Dataset entries
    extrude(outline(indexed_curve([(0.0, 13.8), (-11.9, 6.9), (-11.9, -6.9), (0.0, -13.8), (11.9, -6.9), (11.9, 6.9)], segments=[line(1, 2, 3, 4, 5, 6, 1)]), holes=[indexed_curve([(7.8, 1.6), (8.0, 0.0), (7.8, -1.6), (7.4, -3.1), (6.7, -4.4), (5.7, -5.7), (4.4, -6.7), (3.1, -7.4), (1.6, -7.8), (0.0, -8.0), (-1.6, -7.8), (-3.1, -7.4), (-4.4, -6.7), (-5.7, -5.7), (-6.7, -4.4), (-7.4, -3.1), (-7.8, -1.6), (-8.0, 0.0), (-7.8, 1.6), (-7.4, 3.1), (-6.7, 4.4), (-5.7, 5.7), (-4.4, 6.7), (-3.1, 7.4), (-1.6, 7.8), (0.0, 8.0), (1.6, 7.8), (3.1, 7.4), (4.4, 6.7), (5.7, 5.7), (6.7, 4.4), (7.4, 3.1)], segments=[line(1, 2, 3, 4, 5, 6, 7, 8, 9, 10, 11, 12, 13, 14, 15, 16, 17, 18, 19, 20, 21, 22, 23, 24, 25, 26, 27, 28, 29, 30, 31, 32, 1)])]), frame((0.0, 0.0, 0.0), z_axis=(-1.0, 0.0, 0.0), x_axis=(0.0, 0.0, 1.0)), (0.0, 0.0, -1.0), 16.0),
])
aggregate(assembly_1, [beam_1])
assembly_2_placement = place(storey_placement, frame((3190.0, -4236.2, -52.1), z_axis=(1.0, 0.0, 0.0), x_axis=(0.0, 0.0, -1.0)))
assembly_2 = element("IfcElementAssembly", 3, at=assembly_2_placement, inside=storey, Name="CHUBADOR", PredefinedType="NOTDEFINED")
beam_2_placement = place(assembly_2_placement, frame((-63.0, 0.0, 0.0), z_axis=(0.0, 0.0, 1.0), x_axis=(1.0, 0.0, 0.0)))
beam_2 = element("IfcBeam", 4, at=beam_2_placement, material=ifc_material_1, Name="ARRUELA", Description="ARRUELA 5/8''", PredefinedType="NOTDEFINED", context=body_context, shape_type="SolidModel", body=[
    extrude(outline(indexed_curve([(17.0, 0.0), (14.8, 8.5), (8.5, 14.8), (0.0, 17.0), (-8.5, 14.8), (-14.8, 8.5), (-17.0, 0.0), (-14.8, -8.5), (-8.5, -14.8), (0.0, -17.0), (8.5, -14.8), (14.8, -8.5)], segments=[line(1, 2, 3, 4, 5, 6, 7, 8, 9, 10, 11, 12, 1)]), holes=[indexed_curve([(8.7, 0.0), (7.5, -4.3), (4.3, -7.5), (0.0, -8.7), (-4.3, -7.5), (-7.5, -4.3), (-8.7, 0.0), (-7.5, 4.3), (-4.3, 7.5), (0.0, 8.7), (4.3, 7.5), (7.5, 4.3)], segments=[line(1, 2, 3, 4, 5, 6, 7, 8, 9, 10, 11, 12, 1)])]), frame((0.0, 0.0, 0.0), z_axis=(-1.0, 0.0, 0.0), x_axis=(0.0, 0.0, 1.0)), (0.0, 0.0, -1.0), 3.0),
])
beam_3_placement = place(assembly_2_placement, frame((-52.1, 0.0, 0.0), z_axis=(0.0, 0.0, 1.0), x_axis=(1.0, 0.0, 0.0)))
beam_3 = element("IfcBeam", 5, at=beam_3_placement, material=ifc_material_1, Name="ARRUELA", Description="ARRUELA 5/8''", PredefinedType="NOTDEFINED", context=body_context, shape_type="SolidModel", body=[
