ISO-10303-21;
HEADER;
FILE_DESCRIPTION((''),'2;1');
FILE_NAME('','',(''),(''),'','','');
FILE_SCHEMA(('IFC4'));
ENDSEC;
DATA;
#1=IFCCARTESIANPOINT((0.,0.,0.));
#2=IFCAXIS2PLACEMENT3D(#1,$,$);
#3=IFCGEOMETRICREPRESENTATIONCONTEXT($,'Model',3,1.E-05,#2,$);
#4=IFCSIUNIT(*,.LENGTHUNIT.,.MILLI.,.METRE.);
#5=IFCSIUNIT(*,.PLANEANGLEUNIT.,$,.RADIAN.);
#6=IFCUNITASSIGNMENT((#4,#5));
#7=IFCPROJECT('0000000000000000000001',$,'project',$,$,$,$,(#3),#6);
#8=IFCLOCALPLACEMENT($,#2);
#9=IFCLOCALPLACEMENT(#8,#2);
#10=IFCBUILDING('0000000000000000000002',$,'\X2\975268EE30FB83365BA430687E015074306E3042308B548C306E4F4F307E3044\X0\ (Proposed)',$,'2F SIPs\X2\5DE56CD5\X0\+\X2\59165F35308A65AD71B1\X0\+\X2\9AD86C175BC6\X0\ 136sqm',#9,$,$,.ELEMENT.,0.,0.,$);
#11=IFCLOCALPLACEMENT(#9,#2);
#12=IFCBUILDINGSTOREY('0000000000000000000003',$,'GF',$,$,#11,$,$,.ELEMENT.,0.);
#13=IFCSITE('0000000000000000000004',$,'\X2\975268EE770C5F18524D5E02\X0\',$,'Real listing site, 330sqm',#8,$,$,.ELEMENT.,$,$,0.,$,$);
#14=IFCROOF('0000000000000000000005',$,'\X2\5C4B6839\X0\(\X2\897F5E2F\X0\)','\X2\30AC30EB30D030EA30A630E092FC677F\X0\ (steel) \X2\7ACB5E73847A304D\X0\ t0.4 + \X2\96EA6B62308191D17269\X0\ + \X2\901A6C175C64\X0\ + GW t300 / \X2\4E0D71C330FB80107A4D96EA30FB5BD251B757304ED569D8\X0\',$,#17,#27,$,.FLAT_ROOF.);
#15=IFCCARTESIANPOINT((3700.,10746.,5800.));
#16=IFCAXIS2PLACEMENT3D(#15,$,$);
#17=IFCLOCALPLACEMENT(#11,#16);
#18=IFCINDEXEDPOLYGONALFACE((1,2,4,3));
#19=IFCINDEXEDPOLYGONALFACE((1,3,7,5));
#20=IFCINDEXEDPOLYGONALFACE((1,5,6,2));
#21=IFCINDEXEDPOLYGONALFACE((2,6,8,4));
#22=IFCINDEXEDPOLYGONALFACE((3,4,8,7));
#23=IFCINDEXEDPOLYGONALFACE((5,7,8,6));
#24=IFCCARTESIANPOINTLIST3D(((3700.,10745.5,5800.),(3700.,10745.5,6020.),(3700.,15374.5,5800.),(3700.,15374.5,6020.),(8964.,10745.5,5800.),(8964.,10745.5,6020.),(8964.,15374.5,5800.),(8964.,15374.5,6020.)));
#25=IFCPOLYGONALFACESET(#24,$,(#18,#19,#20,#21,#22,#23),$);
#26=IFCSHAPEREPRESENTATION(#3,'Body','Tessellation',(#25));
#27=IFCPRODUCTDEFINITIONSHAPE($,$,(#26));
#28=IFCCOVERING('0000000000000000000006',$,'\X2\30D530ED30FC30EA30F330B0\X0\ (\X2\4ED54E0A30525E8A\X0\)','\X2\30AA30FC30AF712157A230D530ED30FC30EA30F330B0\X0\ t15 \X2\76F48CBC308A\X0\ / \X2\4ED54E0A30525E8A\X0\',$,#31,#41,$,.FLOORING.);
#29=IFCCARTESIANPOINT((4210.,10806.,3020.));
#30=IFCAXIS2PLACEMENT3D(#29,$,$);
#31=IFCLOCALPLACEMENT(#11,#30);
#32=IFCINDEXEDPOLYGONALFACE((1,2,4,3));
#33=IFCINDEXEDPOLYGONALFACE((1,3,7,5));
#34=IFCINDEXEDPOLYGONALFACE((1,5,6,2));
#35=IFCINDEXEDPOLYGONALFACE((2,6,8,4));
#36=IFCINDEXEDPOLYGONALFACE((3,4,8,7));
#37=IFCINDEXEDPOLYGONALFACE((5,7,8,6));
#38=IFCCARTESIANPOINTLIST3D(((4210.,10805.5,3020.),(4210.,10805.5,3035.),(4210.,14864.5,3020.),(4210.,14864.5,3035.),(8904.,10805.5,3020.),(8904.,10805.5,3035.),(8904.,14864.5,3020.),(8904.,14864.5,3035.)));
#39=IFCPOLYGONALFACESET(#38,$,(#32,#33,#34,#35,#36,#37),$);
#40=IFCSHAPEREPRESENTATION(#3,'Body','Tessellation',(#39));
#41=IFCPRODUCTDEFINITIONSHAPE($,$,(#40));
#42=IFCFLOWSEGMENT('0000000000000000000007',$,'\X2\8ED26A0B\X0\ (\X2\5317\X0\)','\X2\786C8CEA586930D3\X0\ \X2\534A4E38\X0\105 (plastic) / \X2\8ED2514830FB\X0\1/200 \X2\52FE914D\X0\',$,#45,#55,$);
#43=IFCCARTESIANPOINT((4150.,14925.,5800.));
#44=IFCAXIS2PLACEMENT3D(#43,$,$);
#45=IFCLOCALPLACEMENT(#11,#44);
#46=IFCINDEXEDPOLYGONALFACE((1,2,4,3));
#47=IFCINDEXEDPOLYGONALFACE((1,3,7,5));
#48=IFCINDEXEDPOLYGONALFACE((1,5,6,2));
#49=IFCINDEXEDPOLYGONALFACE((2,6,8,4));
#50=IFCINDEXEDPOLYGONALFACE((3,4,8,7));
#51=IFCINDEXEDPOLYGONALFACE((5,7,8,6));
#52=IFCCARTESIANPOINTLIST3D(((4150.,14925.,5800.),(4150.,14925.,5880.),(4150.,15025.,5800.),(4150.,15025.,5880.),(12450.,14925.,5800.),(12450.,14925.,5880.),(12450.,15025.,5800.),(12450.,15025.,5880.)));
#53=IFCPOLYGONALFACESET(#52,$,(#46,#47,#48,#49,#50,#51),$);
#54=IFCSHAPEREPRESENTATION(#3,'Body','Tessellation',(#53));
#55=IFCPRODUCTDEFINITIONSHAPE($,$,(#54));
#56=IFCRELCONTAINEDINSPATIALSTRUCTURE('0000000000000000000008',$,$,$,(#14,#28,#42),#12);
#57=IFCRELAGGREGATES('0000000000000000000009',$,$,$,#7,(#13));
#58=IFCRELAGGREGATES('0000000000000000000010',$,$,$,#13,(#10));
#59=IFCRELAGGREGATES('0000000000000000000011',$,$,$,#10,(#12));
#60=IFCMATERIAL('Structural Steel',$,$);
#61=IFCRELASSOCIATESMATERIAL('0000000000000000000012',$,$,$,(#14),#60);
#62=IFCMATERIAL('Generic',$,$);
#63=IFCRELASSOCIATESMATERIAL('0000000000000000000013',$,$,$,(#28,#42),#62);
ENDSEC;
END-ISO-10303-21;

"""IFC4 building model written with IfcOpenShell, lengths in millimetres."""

from ifc_helpers import new_model, si_unit, frame, frame_2d, origin, place, context, project, spatial, rectangle, extrude, material, element, save


model = new_model("IFC4")

# Units and contexts
model_context = context("Model", 3, precision=1e-05, world=origin())
ifc_project = project(units=[si_unit("LENGTHUNIT", "METRE", prefix="MILLI"), si_unit("PLANEANGLEUNIT", "RADIAN")], contexts=[model_context])

# Site, building, storey
site_placement = place(None, origin())
site = spatial("IfcSite", under=ifc_project, at=site_placement, Name="青森県弘前市", ObjectType="Real listing site, 330sqm", CompositionType="ELEMENT", RefElevation=0.0)
building_placement = place(site_placement, origin())
building = spatial("IfcBuilding", under=site, at=building_placement, Name="青森・茶室と縁側のある和の住まい (Proposed)", ObjectType="2F SIPs工法+外張り断熱+高気密 136sqm", CompositionType="ELEMENT", ElevationOfRefHeight=0.0, ElevationOfTerrain=0.0)
storey_placement = place(building_placement, origin())
storey = spatial("IfcBuildingStorey", under=building, at=storey_placement, Name="GF", CompositionType="ELEMENT", Elevation=0.0)

# Roof
ifc_material_1 = material(Name="Structural Steel")
for number, where, name in (
    (1, (3700.0, 10746.0, 5800.0), "屋根(西帯)"),
):
    element("IfcRoof", number, at=place(storey_placement, frame(where)), inside=storey, material=ifc_material_1, Name=name, Description="ガルバリウム鋼板 (steel) 立平葺き t0.4 + 雪止め金物 + 通気層 + GW t300 / 不燃・耐積雪・寒冷地仕様", PredefinedType="FLAT_ROOF", context=model_context, shape_type="SweptSolid", body=[
        extrude(rectangle(XDim=5264.0, YDim=4629.0, at=frame_2d((2632.0, 2314.0))), frame((3700.0, 10746.0, 5800.0)), (0.0, 0.0, 1.0), 220.0),
    ])

# Covering
ifc_material_2 = material(Name="Generic")
covering_placement = place(storey_placement, frame((4210.0, 10806.0, 3020.0)))
element("IfcCovering", 2, at=covering_placement, inside=storey, material=ifc_material_2, Name="フローリング (仕上げ床)", Description="オーク無垢フローリング t15 直貼り / 仕上げ床", PredefinedType="FLOORING", context=model_context, shape_type="SweptSolid", body=[
    extrude(rectangle(XDim=4694.0, YDim=4059.0, at=frame_2d((2347.0, 2029.0))), frame((4210.0, 10806.0, 3020.0)), (0.0, 0.0, 1.0), 15.0),
])

# Flow segment
flow_segment_placement = place(storey_placement, frame((4150.0, 14925.0, 5800.0)))
element("IfcFlowSegment", 3, at=flow_segment_placement, inside=storey, material=ifc_material_2, Name="軒樋 (北)", Description="硬質塩ビ 半丸105 (plastic) / 軒先・1/200 勾配", context=model_context, shape_type="SweptSolid", body=[
    extrude(rectangle(XDim=8300.0, YDim=100.0, at=frame_2d((4150.0, 50.0))), frame((4150.0, 14925.0, 5800.0)), (0.0, 0.0, 1.0), 80.0),
])

save(model, "model.ifc")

Problem to work on: Stop at the line containing "aggregate(assembly_1, [beam_1])". Please print exactly every line before it from the start of the records, plus that line itself, and nothing else.

Answer for this exercise:
    extrude(outline(indexed_curve([(0.0, 13.8), (-11.9, 6.9), (-11.9, -6.9), (0.0, -13.8), (11.9, -6.9), (11.9, 6.9)], segments=[line(1, 2, 3, 4, 5, 6, 1)]), holes=[indexed_curve([(7.8, 1.6), (8.0, 0.0), (7.8, -1.6), (7.4, -3.1), (6.7, -4.4), (5.7, -5.7), (4.4, -6.7), (3.1, -7.4), (1.6, -7.8), (0.0, -8.0), (-1.6, -7.8), (-3.1, -7.4), (-4.4, -6.7), (-5.7, -5.7), (-6.7, -4.4), (-7.4, -3.1), (-7.8, -1.6), (-8.0, 0.0), (-7.8, 1.6), (-7.4, 3.1), (-6.7, 4.4), (-5.7, 5.7), (-4.4, 6.7), (-3.1, 7.4), (-1.6, 7.8), (0.0, 8.0), (1.6, 7.8), (3.1, 7.4), (4.4, 6.7), (5.7, 5.7), (6.7, 4.4), (7.4, 3.1)], segments=[line(1, 2, 3, 4, 5, 6, 7, 8, 9, 10, 11, 12, 13, 14, 15, 16, 17, 18, 19, 20, 21, 22, 23, 24, 25, 26, 27, 28, 29, 30, 31, 32, 1)])]), frame((0.0, 0.0, 0.0), z_axis=(-1.0, 0.0, 0.0), x_axis=(0.0, 0.0, 1.0)), (0.0, 0.0, -1.0), 16.0),
])
aggregate(assembly_1, [beam_1])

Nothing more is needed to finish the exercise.